I've been burnt many times by take home assignments. I.e I've aced them and
still not gotten an offer. So I don't do them out of principle.

------
wcerfgba
It's hard to say how unreasonable it is without knowing what the API you're
supposed to implement looks like. Regardless of how objectively unreasonable
it is, there is also the issue of how much you want the job, and if that is
outweighed by the unreasonableness of the request. Perhaps you should also
consider this an early red flag that XCorp might not be so great.

I would look at it this way: if you want the job and can spare the time, give
the assignment your best shot; otherwise if you could spend 4 hours looking
for other jobs to apply to that have more reasonable application procedures,
do that instead.

However, whether you decide to do the assignment or not, you should tell the
company that you consider the assignment unreasonable and why.
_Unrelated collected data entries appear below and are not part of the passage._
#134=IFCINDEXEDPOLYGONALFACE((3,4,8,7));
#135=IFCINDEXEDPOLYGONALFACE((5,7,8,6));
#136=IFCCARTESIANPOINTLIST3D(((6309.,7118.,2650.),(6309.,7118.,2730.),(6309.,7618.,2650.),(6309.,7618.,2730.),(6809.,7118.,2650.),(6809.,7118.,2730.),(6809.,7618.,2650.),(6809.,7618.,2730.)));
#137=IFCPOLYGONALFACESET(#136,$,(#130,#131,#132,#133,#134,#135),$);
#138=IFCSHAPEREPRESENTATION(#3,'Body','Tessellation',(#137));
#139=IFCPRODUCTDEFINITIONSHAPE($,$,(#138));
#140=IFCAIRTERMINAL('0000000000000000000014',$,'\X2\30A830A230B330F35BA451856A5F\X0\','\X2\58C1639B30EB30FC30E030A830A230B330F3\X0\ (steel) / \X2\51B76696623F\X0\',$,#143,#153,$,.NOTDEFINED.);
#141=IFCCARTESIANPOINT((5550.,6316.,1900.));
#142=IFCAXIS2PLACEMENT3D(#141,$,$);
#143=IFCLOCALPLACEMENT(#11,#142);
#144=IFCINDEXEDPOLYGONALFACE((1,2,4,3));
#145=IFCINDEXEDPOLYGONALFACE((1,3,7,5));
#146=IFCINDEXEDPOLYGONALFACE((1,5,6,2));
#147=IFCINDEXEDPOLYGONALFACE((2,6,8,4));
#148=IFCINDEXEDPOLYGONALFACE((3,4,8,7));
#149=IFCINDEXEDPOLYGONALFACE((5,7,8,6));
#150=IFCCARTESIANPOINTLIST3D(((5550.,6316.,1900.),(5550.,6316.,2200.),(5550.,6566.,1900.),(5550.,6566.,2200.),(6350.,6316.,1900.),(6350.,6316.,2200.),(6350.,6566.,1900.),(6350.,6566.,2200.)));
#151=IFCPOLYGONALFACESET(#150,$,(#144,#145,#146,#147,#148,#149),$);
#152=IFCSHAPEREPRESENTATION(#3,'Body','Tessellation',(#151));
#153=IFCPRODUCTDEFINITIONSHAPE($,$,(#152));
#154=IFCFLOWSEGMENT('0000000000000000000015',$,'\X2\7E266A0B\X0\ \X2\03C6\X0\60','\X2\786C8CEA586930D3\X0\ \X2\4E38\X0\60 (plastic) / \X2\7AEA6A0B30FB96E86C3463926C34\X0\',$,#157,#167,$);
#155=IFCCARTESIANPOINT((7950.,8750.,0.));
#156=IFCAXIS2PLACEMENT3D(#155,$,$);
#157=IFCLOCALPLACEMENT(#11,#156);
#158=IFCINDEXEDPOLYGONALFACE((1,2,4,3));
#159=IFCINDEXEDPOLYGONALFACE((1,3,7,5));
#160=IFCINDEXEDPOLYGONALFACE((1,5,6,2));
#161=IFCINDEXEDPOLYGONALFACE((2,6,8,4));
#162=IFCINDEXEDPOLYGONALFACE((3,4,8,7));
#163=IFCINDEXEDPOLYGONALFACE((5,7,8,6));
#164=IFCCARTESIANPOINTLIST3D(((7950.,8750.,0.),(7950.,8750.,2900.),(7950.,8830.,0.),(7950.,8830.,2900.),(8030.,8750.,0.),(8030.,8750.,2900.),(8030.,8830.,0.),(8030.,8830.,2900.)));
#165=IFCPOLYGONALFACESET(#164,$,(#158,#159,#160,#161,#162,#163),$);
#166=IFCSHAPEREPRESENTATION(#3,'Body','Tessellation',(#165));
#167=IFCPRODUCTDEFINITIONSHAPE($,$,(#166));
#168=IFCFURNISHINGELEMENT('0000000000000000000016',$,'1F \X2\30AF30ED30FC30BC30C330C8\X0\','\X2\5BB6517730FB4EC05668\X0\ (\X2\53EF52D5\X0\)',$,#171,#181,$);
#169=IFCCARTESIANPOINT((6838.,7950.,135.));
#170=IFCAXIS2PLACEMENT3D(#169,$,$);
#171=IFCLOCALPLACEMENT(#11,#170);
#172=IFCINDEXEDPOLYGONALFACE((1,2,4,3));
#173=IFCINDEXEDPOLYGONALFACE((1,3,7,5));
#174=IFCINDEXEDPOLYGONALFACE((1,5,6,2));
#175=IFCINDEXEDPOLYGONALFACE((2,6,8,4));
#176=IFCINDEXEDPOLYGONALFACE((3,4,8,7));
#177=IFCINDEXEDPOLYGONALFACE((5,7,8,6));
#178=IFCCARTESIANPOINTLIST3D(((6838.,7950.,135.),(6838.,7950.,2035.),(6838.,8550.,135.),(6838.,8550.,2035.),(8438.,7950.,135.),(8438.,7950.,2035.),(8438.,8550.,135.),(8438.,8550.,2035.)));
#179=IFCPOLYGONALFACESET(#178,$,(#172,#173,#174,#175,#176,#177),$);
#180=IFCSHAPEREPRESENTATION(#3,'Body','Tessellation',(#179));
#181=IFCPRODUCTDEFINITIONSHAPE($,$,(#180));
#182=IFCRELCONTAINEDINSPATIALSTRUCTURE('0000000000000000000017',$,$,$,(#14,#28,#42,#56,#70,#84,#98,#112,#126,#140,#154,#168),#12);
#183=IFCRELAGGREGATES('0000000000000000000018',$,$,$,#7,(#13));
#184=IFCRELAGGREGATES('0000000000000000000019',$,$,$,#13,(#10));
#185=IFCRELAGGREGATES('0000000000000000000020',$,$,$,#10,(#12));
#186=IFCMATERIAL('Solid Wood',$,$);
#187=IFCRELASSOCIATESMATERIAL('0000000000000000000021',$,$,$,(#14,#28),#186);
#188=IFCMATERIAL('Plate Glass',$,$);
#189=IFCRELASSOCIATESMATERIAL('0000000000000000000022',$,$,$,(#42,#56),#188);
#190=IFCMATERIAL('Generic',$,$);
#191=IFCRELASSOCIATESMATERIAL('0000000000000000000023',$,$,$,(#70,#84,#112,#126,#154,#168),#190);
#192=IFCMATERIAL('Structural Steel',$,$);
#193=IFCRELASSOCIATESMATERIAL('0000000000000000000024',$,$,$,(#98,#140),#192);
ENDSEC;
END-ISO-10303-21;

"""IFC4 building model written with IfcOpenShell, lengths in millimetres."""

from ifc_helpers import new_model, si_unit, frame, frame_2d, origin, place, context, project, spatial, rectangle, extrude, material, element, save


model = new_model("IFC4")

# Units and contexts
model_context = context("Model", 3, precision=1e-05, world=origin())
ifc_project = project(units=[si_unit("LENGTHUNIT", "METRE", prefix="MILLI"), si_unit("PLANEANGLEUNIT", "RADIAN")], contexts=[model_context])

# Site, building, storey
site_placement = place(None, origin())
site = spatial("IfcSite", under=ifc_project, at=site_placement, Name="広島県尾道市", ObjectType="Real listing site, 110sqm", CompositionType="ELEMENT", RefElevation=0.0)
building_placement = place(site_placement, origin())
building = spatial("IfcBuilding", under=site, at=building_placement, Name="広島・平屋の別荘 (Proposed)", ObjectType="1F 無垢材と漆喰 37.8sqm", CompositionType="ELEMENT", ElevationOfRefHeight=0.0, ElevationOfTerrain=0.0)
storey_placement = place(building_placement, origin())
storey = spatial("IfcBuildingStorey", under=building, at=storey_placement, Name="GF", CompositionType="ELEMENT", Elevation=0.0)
Our sector is
filled with shitty/unreasonable hiring practices, and I think as candidates we
have a responsibility to provide feedback about those practices to provide
pressure on the industry to change them. If XCorp starts hearing from a lot of
their candidates "Sorry, that's unreasonable, I'm not proceeding", then they
will need to revise their hiring process if they want to keep their potential
talent pool open. If you decide to continue with the process and do the
assignment, then the feedback also works to your benefit by signalling that
you are an independent thinker who is willing to give constructive feedback on
internal processes: if the company doesn't like that then, well I really
wouldn't want to work there anyway.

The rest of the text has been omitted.